Work required ::
Work out how many lines in the data that follows contain "what". Write nothing but the number.

Information ::
----

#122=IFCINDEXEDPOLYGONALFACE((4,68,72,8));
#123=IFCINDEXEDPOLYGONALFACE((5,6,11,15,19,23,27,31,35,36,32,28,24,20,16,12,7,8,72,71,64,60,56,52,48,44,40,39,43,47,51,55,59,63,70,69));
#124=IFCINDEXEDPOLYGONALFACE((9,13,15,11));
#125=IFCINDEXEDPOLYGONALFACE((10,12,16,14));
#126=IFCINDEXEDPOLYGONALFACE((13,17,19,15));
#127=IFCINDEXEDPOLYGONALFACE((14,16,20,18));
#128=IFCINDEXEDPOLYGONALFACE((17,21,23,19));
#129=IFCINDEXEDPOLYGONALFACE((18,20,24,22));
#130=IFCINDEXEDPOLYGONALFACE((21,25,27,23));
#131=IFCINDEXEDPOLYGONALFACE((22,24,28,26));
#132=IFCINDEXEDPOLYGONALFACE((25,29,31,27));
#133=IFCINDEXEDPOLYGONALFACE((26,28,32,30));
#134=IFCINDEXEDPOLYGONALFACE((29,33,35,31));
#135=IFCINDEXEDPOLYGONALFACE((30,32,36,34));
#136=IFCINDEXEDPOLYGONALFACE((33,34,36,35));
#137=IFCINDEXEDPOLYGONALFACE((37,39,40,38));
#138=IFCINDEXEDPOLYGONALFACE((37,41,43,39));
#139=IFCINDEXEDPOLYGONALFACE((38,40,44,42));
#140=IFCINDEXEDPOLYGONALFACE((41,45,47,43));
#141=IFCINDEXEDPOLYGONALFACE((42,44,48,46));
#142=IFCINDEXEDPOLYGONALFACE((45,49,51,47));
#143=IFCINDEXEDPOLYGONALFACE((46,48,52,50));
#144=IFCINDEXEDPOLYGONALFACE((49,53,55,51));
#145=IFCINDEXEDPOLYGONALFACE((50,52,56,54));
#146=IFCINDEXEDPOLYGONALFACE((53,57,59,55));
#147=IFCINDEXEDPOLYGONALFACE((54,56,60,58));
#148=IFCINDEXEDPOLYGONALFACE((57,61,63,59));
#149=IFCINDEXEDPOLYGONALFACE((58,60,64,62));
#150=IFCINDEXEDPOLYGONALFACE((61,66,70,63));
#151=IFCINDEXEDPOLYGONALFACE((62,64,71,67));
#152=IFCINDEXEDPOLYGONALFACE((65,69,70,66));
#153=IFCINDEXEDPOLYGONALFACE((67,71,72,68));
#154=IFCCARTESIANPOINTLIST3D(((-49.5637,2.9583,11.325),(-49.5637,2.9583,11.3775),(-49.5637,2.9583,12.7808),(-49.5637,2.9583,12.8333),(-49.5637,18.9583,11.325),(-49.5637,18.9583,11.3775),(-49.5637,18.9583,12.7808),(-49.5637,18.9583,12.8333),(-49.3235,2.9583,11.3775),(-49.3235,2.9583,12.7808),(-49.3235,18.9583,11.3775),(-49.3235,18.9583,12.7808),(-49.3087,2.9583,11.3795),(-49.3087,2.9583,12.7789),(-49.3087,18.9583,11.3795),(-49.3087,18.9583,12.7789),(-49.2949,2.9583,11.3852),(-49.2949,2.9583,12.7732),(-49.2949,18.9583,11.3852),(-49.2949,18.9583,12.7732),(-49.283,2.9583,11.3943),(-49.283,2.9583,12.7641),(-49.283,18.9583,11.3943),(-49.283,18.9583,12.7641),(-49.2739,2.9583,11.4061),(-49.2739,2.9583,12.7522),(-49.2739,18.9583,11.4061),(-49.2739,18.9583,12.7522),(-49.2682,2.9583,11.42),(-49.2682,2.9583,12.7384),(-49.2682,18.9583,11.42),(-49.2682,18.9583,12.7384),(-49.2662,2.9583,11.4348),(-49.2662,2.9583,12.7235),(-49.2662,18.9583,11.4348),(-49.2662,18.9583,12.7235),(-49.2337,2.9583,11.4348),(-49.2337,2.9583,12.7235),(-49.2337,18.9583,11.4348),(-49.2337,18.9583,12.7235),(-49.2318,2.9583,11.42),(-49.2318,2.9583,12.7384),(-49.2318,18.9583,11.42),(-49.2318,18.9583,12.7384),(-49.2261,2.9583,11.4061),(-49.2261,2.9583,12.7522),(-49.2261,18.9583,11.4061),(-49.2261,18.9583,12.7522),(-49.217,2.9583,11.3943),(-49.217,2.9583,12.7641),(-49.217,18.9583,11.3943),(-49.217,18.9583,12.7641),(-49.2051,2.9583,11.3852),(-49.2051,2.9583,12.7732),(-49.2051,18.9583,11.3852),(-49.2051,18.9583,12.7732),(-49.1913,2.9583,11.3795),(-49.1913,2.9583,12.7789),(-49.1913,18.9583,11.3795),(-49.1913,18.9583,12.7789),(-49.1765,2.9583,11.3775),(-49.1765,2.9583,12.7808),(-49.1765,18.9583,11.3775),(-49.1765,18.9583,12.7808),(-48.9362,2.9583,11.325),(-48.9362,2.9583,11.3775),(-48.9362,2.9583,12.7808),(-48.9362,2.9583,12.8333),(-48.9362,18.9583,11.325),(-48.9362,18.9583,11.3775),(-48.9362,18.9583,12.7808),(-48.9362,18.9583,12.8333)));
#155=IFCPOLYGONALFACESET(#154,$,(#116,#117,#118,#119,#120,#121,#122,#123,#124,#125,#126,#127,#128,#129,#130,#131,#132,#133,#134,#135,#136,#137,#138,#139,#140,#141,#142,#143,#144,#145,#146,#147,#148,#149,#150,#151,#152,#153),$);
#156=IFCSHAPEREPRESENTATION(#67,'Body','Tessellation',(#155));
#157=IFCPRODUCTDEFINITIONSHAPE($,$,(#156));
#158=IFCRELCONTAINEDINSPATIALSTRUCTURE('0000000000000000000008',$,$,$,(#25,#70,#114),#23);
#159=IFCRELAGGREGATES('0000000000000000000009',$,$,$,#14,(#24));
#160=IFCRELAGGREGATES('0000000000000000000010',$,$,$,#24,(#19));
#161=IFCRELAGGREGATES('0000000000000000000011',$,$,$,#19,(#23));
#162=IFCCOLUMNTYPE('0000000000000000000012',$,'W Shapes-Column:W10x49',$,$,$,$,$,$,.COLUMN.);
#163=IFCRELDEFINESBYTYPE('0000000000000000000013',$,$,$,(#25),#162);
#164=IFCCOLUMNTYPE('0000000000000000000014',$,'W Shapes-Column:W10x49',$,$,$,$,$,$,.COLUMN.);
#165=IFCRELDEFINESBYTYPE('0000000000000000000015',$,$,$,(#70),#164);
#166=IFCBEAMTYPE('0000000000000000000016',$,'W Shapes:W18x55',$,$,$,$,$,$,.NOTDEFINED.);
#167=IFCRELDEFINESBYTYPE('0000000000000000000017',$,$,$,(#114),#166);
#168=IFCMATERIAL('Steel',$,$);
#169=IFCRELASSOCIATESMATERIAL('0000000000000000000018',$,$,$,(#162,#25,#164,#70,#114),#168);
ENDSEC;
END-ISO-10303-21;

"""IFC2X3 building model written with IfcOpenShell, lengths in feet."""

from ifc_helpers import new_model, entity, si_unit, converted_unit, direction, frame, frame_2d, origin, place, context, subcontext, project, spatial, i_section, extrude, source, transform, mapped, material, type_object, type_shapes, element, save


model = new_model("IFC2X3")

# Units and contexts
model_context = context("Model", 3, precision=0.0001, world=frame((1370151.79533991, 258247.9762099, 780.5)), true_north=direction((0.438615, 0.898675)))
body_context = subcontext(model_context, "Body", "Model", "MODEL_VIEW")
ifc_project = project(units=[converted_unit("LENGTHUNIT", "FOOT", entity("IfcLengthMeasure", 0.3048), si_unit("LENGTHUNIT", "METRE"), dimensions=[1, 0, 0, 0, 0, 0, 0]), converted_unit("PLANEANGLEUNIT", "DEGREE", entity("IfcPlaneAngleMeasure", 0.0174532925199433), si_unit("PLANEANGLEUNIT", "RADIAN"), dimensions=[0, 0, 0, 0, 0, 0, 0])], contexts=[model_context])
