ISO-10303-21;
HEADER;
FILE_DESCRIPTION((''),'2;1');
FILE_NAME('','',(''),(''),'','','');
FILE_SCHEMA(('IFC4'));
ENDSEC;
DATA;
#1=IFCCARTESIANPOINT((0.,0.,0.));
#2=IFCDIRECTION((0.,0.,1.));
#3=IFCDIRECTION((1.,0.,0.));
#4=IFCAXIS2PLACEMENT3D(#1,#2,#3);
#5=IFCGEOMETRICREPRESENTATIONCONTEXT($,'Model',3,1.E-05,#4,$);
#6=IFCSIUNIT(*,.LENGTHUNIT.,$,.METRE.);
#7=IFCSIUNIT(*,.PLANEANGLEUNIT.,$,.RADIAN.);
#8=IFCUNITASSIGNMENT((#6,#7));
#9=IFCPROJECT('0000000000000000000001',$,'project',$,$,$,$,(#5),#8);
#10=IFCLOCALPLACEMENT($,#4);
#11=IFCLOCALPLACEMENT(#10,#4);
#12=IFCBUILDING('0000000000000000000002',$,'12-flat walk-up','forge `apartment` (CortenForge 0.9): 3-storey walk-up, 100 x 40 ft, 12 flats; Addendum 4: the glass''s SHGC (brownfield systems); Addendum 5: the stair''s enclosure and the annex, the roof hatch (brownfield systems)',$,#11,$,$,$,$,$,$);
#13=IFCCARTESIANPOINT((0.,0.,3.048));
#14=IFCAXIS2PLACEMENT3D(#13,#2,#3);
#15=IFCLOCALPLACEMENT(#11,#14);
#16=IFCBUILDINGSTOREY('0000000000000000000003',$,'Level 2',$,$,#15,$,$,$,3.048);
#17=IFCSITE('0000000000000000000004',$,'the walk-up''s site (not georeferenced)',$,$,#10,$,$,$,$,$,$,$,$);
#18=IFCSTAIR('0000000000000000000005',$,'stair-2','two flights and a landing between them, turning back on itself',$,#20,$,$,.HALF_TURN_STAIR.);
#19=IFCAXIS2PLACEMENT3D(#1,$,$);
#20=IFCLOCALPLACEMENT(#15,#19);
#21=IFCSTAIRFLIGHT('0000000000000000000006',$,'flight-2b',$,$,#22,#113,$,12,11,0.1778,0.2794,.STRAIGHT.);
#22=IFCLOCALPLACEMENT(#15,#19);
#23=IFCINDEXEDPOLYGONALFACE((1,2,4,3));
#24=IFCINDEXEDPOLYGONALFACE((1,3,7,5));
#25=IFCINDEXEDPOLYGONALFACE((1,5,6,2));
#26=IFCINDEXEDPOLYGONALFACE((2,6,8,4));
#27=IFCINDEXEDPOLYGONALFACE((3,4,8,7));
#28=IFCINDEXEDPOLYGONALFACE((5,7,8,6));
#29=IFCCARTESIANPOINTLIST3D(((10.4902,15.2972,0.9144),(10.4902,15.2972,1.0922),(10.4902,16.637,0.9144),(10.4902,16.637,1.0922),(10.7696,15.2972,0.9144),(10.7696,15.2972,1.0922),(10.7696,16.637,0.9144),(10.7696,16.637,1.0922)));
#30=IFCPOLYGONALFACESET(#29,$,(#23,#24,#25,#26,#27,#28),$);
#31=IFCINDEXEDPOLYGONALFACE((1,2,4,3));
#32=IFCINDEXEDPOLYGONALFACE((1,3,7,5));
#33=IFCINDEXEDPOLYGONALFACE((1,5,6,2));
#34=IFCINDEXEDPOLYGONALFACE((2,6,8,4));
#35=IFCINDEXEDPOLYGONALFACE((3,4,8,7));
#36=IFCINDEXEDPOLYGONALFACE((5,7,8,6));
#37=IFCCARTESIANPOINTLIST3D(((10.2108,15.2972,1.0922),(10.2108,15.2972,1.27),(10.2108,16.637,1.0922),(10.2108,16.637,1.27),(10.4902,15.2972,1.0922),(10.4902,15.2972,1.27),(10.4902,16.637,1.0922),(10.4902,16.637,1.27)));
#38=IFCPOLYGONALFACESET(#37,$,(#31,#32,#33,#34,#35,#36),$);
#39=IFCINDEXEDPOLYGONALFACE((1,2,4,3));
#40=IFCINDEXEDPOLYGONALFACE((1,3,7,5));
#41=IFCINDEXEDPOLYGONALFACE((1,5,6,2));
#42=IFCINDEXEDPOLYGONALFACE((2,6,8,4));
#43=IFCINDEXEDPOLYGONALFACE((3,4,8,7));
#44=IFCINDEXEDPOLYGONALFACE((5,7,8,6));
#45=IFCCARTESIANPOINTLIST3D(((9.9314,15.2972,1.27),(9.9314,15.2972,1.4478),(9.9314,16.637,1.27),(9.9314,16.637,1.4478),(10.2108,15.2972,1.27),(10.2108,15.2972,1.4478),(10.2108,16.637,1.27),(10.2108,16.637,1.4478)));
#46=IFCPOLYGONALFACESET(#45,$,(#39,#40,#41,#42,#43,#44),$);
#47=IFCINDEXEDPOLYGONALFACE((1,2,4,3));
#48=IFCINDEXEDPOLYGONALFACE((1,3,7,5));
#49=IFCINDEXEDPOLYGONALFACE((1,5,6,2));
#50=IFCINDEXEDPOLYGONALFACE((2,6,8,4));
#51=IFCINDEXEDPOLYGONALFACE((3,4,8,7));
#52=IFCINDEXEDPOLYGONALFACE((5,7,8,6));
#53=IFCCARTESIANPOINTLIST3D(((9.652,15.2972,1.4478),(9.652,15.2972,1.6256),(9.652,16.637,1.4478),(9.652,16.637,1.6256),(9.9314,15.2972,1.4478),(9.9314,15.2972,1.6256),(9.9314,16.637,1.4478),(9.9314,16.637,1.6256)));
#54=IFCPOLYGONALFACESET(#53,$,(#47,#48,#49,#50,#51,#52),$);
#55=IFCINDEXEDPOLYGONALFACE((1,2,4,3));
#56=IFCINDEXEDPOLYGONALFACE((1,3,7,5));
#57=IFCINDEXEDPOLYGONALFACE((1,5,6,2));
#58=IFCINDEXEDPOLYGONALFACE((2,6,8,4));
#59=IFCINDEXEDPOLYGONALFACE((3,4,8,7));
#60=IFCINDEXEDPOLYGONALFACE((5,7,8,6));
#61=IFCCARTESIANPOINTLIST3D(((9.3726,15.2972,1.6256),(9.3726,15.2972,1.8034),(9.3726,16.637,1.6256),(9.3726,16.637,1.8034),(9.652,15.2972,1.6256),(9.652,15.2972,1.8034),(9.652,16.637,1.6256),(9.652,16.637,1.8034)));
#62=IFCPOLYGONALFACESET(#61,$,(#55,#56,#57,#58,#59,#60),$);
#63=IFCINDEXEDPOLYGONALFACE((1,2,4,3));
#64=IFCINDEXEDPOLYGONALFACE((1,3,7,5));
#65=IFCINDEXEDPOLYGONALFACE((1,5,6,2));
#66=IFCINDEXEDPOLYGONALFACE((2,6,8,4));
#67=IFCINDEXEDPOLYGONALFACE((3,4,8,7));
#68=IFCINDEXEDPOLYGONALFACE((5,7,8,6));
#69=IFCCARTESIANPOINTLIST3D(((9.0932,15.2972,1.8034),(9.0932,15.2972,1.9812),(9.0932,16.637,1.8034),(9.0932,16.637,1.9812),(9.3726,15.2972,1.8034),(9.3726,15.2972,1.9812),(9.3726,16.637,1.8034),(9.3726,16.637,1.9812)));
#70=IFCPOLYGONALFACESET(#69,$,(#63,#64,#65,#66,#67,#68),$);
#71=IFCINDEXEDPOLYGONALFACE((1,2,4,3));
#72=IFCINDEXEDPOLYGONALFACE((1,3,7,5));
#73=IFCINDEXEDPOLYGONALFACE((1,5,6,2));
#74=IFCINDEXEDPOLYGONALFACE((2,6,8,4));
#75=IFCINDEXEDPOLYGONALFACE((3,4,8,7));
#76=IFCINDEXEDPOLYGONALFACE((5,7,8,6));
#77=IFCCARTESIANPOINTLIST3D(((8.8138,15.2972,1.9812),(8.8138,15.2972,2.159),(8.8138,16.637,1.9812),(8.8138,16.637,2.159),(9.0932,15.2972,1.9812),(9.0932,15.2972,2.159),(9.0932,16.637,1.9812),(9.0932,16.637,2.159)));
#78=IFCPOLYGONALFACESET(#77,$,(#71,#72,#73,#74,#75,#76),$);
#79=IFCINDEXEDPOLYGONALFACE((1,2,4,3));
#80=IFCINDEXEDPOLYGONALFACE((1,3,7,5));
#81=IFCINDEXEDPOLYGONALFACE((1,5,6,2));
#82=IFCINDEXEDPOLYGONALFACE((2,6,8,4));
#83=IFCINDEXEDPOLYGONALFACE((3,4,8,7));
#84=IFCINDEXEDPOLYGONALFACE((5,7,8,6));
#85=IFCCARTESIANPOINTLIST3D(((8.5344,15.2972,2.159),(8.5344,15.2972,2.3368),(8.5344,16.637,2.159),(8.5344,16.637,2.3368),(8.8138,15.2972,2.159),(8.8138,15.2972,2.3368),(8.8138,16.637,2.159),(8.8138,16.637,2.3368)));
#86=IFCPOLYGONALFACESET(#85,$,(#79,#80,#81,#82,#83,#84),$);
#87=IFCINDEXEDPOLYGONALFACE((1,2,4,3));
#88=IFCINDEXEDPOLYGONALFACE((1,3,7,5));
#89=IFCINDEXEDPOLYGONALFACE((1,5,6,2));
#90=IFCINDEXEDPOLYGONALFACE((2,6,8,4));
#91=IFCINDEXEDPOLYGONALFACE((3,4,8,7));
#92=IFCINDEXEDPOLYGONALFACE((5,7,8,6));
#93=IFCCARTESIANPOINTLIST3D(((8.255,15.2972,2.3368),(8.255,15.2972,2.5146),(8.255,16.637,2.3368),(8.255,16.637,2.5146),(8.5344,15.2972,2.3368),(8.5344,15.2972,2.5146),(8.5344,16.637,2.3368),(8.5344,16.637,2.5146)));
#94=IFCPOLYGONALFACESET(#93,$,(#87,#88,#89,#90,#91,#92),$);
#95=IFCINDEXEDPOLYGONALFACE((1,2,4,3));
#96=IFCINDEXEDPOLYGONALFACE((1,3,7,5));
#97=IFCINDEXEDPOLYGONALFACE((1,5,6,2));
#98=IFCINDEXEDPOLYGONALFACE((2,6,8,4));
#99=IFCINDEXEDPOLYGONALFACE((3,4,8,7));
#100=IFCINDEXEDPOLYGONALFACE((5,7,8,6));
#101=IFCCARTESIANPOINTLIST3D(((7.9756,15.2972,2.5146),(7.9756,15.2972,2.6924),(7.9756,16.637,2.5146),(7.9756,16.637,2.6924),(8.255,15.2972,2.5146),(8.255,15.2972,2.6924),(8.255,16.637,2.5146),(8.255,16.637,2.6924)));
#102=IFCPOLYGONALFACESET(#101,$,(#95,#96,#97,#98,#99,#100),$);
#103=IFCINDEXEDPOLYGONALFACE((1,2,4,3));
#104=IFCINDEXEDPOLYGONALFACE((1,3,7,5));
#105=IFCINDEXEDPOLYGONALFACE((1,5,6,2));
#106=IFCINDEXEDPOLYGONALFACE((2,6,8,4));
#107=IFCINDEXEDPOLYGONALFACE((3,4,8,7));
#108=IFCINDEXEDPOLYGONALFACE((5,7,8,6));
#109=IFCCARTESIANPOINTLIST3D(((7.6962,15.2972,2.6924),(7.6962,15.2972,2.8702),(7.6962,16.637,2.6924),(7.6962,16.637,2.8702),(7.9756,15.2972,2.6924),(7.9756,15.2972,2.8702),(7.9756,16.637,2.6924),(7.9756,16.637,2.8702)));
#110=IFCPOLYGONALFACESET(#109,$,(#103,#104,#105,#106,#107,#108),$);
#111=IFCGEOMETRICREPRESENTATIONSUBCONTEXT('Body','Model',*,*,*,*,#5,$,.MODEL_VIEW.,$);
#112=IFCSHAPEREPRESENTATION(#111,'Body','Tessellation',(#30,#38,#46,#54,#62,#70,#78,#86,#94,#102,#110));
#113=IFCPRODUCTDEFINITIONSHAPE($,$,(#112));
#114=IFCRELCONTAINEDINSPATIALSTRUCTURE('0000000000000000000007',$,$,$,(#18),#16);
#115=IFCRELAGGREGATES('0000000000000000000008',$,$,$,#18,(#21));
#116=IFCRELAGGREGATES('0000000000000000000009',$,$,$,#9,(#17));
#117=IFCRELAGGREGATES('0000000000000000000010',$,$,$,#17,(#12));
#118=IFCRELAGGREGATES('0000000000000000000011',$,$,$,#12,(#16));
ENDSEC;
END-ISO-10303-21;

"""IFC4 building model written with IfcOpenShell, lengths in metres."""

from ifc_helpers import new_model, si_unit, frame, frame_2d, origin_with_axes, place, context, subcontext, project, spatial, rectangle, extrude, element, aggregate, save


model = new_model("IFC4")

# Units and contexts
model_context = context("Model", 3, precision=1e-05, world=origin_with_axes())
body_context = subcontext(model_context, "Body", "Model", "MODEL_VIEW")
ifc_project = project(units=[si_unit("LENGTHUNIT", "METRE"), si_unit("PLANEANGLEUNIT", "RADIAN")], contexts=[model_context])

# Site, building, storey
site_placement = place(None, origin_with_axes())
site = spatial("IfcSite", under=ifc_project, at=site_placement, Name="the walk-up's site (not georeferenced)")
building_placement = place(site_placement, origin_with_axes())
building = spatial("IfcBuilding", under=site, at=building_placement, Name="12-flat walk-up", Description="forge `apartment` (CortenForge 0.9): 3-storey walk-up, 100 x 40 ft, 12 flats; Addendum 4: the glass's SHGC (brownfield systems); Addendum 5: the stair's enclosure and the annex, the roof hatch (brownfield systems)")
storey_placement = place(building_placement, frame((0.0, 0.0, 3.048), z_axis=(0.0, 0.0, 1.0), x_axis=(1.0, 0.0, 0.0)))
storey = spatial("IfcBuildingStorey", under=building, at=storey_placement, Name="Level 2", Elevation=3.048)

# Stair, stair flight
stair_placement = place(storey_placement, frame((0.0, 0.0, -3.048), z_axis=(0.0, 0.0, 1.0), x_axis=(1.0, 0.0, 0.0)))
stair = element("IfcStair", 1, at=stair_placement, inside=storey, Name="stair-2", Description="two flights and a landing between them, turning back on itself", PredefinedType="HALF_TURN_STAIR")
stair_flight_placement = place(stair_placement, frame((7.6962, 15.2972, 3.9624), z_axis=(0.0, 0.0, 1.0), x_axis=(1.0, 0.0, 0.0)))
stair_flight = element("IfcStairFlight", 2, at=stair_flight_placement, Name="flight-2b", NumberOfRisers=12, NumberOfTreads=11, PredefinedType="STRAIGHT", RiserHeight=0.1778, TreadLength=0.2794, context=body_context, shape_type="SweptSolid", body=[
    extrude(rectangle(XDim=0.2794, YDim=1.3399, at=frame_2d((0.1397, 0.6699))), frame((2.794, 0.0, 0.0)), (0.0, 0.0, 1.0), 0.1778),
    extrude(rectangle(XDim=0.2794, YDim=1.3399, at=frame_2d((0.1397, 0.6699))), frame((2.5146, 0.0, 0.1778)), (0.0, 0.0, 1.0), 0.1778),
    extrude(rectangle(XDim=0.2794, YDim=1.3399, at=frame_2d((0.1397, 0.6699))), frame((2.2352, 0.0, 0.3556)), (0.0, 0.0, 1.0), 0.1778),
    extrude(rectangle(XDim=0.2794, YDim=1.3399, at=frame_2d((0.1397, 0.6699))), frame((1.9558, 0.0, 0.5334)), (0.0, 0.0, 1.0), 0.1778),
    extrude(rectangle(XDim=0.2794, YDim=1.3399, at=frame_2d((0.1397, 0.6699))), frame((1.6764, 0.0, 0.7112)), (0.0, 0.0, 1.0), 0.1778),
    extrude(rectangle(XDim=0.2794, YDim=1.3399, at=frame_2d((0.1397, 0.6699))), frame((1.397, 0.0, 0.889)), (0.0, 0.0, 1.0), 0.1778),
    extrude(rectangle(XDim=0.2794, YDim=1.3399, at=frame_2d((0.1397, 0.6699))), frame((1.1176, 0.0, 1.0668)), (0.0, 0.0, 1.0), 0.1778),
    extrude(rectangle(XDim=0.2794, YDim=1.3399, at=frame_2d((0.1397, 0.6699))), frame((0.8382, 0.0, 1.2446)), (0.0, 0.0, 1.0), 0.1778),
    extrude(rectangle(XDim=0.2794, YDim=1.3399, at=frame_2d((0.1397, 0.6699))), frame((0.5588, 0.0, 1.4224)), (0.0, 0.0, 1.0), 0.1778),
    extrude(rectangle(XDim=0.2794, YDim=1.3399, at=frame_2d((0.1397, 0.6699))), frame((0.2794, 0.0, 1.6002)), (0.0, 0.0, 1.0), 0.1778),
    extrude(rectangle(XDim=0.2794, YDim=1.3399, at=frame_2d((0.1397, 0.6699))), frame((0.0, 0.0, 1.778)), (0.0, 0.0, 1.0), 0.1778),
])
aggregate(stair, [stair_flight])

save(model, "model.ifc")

----

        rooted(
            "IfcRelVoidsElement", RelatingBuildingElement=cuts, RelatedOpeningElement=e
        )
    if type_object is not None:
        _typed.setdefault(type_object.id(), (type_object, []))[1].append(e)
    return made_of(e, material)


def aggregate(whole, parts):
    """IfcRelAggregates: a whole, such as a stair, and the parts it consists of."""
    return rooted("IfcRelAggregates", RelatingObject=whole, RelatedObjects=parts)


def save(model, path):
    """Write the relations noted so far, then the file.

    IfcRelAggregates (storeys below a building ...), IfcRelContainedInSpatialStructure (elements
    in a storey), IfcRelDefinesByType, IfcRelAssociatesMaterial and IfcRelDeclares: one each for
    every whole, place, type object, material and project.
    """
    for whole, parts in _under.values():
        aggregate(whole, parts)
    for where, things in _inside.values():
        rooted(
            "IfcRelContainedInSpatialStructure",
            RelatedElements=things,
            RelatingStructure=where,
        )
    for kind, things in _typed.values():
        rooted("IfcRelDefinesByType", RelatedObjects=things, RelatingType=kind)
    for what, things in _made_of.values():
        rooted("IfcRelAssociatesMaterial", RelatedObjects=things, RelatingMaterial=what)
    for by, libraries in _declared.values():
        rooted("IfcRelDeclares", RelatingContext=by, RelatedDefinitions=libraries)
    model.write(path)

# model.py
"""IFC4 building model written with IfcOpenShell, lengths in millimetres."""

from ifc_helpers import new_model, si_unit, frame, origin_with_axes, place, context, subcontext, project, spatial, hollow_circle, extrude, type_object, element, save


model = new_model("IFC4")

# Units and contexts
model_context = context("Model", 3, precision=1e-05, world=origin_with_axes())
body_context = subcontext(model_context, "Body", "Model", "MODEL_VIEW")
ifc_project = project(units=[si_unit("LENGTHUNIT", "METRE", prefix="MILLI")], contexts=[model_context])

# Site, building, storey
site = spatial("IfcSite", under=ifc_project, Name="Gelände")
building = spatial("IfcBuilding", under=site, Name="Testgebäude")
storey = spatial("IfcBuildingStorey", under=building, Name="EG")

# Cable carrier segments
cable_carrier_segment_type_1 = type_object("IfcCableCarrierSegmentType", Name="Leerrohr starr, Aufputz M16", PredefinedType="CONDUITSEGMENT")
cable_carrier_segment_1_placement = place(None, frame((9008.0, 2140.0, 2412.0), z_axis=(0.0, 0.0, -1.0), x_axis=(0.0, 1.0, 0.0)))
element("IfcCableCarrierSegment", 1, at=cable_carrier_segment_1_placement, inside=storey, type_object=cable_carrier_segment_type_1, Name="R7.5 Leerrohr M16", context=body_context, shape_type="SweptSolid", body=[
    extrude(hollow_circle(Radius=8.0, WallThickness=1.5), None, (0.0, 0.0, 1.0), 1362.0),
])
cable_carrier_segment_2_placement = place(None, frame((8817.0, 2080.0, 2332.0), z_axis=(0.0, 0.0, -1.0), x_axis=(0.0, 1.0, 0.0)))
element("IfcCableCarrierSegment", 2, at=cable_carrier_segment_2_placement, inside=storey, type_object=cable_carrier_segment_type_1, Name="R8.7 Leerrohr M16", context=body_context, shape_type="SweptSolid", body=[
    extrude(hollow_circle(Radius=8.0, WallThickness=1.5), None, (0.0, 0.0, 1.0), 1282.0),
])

----

Your response ::
2